R/stationary.R

Defines functions stationary_samples

#' Precision of stationary distribution for discrete MCMC variables
#'
#' Transdimensional MCMC methods include a discrete model-indicator variable \eqn{z}
#' with a fixed but unknown stationary distribution with probabilities \eqn{\pi}
#' (i.e., the model posterior probabiltiies). The function \code{stationary}
#' draws posterior samples to assess the estimation uncertainty of \eqn{\pi}.
#'
#' @param z MCMC output for the discrete indicator variable with numerical,
#'     character, or factor labels (can also be a \code{\link[coda]{mcmc.list}}
#'     or a matrix with one MCMC chain per column).
#' @param N the observed \code{\link{transitions}} matrix (if supplied, \code{z} is ignored).
#'     A quadratic matrix with sampled transition frequencies
#'     (\code{N[i,j]} = number of switches from \code{z[t]=i} to \code{z[t+1]=j}).
#' @param labels optional: vector of labels for complete set of models
#'     (e.g., models not sampled in the chain \code{z}).
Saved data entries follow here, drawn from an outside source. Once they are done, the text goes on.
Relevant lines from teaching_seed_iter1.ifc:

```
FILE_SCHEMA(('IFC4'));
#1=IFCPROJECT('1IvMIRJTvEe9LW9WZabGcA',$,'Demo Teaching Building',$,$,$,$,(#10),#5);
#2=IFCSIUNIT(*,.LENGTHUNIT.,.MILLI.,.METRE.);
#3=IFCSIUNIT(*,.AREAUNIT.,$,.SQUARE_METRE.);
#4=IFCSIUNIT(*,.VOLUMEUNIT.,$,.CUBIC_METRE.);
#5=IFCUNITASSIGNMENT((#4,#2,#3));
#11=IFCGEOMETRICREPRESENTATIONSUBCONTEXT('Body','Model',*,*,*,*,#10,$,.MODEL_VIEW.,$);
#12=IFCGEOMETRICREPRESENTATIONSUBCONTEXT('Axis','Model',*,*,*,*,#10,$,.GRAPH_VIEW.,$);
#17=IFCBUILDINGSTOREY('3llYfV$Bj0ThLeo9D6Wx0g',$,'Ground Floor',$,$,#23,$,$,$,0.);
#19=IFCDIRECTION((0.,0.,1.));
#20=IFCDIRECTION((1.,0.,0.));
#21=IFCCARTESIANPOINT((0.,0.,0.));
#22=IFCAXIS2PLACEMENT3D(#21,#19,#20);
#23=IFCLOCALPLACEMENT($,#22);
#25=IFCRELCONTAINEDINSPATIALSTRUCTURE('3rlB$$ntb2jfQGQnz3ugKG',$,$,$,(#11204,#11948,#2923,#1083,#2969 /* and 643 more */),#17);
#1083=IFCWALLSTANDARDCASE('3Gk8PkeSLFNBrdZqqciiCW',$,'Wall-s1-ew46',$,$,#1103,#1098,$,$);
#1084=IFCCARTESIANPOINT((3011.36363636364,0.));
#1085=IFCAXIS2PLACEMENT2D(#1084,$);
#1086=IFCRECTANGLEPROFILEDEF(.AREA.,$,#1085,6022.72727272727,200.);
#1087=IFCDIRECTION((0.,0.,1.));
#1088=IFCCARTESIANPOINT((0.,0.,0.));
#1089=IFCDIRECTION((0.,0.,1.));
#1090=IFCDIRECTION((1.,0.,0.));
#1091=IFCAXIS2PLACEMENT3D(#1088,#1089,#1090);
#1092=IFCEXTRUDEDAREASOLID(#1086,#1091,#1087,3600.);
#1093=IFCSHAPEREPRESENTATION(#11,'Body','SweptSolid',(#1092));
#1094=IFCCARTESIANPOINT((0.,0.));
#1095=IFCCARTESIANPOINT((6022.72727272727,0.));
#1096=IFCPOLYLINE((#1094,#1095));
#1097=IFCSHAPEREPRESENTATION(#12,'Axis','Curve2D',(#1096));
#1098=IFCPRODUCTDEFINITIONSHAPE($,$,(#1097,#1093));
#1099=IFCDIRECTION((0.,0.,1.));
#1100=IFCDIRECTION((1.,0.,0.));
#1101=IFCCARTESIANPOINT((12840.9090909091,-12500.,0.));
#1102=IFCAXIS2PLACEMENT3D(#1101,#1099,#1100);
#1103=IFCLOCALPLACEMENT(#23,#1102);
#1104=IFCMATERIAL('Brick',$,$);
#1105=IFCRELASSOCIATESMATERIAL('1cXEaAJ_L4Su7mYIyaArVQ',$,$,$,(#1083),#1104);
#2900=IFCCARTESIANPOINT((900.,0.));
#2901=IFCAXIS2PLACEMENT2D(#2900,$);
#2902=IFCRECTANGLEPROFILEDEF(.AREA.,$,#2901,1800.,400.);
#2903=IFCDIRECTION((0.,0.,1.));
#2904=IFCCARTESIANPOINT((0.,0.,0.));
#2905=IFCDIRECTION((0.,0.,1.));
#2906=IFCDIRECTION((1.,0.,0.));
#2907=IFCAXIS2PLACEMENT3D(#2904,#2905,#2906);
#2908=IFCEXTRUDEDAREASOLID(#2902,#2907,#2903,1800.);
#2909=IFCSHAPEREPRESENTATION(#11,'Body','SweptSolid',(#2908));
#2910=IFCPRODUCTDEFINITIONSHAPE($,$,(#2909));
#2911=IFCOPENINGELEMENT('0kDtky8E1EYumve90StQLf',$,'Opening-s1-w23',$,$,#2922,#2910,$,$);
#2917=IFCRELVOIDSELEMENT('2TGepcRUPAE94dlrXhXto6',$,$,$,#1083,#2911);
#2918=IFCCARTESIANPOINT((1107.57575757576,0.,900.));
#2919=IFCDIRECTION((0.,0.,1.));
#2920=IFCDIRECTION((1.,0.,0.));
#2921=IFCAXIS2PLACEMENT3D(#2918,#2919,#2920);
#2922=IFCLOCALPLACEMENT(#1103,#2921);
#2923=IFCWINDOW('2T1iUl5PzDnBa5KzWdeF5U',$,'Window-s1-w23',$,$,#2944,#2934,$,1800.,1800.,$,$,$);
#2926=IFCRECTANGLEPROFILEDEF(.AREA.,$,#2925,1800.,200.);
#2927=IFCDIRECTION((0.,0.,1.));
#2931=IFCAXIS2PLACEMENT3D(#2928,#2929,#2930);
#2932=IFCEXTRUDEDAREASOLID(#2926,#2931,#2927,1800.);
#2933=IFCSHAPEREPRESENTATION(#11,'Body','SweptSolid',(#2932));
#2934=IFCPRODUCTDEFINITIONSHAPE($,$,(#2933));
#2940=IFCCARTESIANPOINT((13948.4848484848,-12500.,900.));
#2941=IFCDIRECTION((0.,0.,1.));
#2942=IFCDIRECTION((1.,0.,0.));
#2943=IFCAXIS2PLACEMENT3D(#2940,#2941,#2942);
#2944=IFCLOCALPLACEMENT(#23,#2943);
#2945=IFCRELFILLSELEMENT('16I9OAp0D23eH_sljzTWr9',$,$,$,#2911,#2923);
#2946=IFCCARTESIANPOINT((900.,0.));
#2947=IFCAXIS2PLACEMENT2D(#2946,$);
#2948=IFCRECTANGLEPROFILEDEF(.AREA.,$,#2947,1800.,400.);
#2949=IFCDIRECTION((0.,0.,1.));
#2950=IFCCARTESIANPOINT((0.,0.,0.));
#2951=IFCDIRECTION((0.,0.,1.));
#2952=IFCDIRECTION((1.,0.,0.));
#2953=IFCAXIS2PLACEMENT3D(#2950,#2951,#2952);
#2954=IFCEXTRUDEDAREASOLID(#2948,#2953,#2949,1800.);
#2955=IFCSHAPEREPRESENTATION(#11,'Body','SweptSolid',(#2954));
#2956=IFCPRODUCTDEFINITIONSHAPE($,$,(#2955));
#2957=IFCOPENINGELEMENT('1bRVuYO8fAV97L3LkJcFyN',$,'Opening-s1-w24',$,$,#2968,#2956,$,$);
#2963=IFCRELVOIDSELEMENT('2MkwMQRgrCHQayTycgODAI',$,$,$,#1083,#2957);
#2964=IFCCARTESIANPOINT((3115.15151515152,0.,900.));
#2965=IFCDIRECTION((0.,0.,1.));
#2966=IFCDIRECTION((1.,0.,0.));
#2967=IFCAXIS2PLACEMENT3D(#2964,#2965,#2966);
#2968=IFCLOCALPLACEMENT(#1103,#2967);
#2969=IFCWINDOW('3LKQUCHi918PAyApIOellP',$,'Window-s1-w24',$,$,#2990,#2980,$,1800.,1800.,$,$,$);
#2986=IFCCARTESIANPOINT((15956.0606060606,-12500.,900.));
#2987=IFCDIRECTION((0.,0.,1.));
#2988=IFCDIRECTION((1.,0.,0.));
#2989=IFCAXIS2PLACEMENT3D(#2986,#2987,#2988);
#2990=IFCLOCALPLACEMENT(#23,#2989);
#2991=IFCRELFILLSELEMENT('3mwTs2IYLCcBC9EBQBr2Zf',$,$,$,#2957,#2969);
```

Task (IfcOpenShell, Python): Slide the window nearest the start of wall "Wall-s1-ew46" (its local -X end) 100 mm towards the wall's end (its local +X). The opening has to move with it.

```python
import ifcopenshell
import ifcopenshell.api.geometry
import ifcopenshell.util.placement
import ifcopenshell.util.unit

model = ifcopenshell.open("teaching_seed_iter1.ifc")
unit_scale = ifcopenshell.util.unit.calculate_unit_scale(model)

window = model.by_guid("2T1iUl5PzDnBa5KzWdeF5U")
opening = window.FillsVoids[0].RelatingOpeningElement
wall = opening.VoidsElements[0].RelatingBuildingElement

wall_matrix = ifcopenshell.util.placement.get_local_placement(wall.ObjectPlacement)
shift = wall_matrix[:3, 0] * 0.1 / unit_scale
before = ifcopenshell.util.placement.get_local_placement(window.ObjectPlacement)[:3, 3].copy()

# The window is not placed relative to its opening, so move both.
for product in (opening, window):
    matrix = ifcopenshell.util.placement.get_local_placement(product.ObjectPlacement)
    matrix[:3, 3] += shift
    ifcopenshell.api.geometry.edit_object_placement(model, product=product, matrix=matrix, is_si=False)

after = ifcopenshell.util.placement.get_local_placement(window.ObjectPlacement)[:3, 3]
print("window moved by", (after - before).round(3) + 0.0)

model.write("teaching_seed_iter1-out.ifc")
```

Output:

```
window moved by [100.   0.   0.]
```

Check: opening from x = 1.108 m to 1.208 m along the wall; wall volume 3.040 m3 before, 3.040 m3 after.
If \code{epsilon=0},
#'     this does not affect inferences due to the improper Dirichlet(0,..,0) prior.
#' @param sample number of posterior samples to be drawn for the stationary distribution \eqn{\pi}.
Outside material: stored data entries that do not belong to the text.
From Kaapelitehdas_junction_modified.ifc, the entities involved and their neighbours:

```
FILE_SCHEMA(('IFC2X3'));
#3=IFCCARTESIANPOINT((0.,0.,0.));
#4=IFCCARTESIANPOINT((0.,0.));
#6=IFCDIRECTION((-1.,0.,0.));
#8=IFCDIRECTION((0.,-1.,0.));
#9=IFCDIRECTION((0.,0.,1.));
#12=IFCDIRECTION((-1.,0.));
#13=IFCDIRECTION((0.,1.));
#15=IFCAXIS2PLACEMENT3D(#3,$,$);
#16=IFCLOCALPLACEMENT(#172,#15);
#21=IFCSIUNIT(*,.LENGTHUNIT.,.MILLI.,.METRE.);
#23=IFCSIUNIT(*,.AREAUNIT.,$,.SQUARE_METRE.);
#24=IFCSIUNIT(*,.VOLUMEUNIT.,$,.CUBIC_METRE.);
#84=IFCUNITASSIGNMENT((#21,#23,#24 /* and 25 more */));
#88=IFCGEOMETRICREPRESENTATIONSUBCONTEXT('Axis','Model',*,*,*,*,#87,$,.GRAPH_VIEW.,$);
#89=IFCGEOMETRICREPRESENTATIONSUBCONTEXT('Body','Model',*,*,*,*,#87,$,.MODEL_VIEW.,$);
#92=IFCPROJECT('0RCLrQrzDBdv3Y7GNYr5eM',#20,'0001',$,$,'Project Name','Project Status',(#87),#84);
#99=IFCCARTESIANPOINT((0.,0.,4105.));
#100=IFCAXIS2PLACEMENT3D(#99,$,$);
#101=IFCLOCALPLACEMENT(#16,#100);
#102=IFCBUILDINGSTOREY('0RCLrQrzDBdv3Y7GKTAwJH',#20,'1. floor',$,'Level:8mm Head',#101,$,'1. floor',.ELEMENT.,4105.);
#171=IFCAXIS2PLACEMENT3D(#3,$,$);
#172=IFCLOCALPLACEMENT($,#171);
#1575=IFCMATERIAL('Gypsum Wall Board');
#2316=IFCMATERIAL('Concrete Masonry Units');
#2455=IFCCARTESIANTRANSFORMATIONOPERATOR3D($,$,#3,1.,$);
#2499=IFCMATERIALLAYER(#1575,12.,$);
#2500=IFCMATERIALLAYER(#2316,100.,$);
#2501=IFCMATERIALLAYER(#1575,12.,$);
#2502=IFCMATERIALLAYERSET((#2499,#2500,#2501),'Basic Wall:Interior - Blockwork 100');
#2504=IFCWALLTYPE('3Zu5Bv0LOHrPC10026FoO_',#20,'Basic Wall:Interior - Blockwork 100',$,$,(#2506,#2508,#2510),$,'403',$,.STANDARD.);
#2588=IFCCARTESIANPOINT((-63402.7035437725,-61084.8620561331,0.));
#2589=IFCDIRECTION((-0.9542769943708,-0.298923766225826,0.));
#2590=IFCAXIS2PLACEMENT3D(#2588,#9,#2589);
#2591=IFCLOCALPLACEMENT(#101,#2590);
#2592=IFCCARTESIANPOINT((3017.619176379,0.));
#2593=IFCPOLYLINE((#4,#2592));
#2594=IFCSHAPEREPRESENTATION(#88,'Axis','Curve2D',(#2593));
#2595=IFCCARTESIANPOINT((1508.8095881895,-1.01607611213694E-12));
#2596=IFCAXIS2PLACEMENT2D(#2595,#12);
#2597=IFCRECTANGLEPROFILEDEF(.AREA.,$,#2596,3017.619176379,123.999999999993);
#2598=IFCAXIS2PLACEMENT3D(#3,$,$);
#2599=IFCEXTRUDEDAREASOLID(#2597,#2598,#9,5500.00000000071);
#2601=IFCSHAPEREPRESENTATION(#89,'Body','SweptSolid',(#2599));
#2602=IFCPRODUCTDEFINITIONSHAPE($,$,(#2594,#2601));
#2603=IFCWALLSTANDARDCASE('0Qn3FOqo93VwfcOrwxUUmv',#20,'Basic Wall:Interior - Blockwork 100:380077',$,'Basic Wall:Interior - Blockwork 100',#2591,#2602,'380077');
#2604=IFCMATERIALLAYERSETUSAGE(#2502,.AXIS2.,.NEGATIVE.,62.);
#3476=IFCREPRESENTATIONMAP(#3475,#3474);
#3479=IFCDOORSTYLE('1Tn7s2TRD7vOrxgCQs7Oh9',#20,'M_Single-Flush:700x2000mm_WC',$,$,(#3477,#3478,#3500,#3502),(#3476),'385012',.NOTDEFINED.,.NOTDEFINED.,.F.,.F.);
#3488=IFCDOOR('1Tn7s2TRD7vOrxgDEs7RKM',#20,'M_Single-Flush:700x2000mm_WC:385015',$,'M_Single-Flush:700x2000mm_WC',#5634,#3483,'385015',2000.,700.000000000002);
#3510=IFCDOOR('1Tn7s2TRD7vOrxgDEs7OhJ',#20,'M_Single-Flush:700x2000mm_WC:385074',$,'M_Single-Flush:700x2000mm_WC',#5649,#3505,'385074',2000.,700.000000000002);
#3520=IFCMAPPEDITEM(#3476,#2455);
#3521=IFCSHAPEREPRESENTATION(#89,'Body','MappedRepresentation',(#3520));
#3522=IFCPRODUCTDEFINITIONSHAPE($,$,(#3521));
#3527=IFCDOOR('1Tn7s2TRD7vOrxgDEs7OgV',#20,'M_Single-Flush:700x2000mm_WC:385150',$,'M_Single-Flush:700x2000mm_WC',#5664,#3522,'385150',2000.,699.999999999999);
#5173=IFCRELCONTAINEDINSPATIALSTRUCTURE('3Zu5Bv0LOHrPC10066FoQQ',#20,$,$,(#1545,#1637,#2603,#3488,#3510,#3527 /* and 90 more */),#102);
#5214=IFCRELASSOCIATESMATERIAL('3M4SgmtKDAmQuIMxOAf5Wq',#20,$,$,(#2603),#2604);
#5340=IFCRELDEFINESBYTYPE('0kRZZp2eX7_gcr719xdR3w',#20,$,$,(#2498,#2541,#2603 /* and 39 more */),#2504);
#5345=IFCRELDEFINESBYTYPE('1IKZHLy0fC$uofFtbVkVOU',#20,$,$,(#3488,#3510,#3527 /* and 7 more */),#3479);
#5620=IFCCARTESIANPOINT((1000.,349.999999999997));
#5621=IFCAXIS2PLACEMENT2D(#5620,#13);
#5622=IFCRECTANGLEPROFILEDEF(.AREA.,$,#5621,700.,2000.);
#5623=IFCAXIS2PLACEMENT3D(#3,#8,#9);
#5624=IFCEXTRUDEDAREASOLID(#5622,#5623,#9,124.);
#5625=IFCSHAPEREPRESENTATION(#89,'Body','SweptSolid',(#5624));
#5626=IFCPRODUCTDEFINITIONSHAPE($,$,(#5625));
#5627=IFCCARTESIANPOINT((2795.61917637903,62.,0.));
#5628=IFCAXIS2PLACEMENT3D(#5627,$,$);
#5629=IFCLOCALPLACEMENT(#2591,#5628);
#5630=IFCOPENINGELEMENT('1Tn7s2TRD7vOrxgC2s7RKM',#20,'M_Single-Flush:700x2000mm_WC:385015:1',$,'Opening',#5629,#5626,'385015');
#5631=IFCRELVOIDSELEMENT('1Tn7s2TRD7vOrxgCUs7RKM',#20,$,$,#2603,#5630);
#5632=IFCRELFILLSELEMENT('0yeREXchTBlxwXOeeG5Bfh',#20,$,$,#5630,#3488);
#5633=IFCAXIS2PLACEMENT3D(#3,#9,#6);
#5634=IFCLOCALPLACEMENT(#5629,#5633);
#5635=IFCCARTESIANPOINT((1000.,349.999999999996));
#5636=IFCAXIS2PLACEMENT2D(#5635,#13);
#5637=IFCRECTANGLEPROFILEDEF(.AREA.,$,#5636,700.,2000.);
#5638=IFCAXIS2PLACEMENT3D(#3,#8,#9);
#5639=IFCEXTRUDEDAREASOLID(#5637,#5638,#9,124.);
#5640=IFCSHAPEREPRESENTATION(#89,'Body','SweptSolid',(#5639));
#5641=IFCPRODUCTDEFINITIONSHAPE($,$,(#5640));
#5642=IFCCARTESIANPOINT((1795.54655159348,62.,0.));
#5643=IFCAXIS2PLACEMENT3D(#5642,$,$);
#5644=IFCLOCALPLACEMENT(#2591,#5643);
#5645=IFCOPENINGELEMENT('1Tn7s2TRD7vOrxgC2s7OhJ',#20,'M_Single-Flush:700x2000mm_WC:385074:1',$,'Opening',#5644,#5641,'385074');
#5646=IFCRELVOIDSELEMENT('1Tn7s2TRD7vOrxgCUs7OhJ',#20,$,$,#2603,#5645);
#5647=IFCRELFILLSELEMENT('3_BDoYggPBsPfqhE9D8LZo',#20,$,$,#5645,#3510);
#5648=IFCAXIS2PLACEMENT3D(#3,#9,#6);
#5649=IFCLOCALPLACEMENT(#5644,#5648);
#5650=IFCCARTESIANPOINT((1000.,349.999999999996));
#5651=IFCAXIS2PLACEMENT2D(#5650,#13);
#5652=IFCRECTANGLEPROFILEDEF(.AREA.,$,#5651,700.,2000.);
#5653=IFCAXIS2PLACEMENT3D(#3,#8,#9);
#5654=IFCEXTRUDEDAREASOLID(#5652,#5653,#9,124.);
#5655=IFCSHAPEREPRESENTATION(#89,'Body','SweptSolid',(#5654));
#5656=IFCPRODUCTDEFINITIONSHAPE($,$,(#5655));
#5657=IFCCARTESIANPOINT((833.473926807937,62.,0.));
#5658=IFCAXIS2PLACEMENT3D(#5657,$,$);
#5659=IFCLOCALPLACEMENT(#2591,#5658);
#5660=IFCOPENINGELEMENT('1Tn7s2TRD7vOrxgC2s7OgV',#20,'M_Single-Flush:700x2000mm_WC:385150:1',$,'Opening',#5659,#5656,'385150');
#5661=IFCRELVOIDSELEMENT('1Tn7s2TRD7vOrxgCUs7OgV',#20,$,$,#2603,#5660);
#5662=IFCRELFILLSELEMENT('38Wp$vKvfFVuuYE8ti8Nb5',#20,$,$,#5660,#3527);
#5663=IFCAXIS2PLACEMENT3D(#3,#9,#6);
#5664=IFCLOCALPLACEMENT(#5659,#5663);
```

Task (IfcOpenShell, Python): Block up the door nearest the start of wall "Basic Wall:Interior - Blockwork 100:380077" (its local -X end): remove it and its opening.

```python
import ifcopenshell
import ifcopenshell.api.feature
import ifcopenshell.api.root
import ifcopenshell.geom
import ifcopenshell.util.shape

model = ifcopenshell.open("Kaapelitehdas_junction_modified.ifc")
settings = ifcopenshell.geom.settings()


def volume(element):
    """Net volume in cubic metres, openings subtracted."""
    shape = ifcopenshell.geom.create_shape(settings, element)
    return ifcopenshell.util.shape.get_volume(shape.geometry)


door = model.by_guid("1Tn7s2TRD7vOrxgDEs7OgV")
opening = door.FillsVoids[0].RelatingOpeningElement
wall = opening.VoidsElements[0].RelatingBuildingElement
before = volume(wall)

ifcopenshell.api.root.remove_product(model, product=door)
ifcopenshell.api.feature.remove_feature(model, feature=opening)

after = volume(wall)

print(f"wall volume {before:.3f} -> {after:.3f} m3")

model.write("Kaapelitehdas_junction_modified_v2.ifc")
```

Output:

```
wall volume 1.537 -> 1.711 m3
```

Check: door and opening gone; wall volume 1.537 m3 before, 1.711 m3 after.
#' @param epsilon prior parameter for the rows of the estimated transition matrix \eqn{P}:
#'     \eqn{P[i,]} ~ Dirichlet\eqn{(\epsilon, ..., \epsilon)}.
#'     The default \code{epsilon="1/M"} (with M = number of sampled models) provides
#'     estimates close to the i.i.d. estimates and is numerically stable.
#'     The alternative \code{epsilon=0} minimizes the impact of the prior and
#'     renders non-sampled models irrelevant.
#'     If \code{method="iid"} (ignores dependencies), a Dirichlet prior is assumed on the stationary
#'     distribution \eqn{\pi} instead of the rows of the transition matrix \eqn{P}.
#' @param summary whether the output should be summarized.
#'     If \code{FALSE}, posterior samples of the stationary probabilities are returned.
#' @param cpu number of CPUs used for parallel sampling.
#'     Will only speed up computations for large numbers of models
#'     (i.e., for large transition matrices).
#' @param progress whether to show a progress bar (not functional for \code{cpu>1})
#' @param method how to compute eigenvectors:
#' \itemize{
#'   \item \code{"arma"} (default): Uses \code{RcppArmadillo::eig_gen}.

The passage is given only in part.